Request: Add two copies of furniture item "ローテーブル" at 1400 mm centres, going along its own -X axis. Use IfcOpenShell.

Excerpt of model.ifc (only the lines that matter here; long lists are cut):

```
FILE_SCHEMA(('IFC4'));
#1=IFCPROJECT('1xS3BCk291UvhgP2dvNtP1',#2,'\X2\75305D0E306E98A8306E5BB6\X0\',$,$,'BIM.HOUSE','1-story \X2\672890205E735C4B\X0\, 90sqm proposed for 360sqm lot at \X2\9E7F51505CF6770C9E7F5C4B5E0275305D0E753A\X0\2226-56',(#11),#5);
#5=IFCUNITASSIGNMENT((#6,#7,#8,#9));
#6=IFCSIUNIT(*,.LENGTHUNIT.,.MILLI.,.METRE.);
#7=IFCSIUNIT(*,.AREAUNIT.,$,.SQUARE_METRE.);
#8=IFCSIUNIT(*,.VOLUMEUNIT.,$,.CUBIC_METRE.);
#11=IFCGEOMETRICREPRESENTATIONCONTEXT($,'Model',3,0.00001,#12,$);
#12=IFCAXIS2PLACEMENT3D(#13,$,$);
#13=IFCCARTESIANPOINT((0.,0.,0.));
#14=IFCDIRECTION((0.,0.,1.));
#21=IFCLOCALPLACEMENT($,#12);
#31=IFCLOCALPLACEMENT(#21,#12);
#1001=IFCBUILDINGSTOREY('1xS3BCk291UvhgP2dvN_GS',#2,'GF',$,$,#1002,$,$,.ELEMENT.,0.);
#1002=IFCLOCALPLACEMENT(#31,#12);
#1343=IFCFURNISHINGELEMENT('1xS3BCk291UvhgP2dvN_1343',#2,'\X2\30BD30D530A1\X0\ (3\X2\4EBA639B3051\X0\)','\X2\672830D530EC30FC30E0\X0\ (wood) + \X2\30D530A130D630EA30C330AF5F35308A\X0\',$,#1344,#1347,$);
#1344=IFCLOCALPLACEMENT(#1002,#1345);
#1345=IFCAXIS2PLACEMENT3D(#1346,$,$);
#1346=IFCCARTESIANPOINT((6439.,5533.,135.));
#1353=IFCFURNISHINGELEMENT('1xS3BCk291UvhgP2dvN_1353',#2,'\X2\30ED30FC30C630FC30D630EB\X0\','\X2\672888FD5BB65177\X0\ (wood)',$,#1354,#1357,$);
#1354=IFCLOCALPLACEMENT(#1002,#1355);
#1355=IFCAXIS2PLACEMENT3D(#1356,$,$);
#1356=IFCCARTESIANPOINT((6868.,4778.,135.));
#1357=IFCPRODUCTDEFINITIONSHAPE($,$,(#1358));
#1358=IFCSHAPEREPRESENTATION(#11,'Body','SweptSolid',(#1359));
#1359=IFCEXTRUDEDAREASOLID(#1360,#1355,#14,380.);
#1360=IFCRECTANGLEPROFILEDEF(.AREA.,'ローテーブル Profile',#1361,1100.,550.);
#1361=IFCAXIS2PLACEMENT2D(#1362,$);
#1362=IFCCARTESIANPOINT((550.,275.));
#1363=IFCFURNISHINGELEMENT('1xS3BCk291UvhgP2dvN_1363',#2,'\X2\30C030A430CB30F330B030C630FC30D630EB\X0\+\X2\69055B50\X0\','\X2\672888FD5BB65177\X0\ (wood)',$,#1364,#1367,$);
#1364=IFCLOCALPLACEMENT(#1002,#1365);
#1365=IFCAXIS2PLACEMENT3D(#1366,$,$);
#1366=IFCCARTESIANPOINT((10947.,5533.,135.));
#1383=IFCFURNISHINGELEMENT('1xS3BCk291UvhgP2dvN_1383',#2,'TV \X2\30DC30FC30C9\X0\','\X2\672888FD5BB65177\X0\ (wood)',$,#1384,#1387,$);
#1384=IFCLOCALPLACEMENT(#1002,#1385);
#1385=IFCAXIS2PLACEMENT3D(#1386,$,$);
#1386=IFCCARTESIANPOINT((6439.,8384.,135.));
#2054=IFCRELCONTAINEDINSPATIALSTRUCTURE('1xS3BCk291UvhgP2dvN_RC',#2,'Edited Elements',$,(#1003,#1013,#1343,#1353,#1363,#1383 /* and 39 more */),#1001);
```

```python
import ifcopenshell
import ifcopenshell.api.geometry
import ifcopenshell.api.root
import ifcopenshell.util.element
import ifcopenshell.util.placement

model = ifcopenshell.open("model.ifc")


def reuse_history(source, copy):
    """copy_class also copies each property set's owner history, people and application; keep the originals."""
    for rel in copy.IsDefinedBy:
        if rel.is_a("IfcRelDefinesByProperties") and (history := rel.RelatingPropertyDefinition.OwnerHistory):
            rel.RelatingPropertyDefinition.OwnerHistory = source.OwnerHistory
            ifcopenshell.util.element.remove_deep2(model, history)


source = model.by_id(1353)
base = ifcopenshell.util.placement.get_local_placement(source.ObjectPlacement)
step = -base[:3, 0] * 1400.0

for i in range(1, 3):
    copy = ifcopenshell.api.root.copy_class(model, product=source)
    copy.Representation = ifcopenshell.util.element.copy_deep(
        model, source.Representation, exclude=["IfcGeometricRepresentationContext", "IfcRepresentationMap"]
    )
    reuse_history(source, copy)
    matrix = base.copy()
    matrix[:3, 3] += i * step
    print("added at", matrix[:3, 3].round(3) + 0.0)
    ifcopenshell.api.geometry.edit_object_placement(model, product=copy, matrix=matrix, is_si=False)

model.write("model_edited.ifc")
```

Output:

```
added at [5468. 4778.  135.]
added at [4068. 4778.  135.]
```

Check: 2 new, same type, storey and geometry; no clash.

===

Problem statement ▸ Say how many lines of the listing above contain "IFCLOCALPLACEMENT", with no other words.

Solution ▸ 7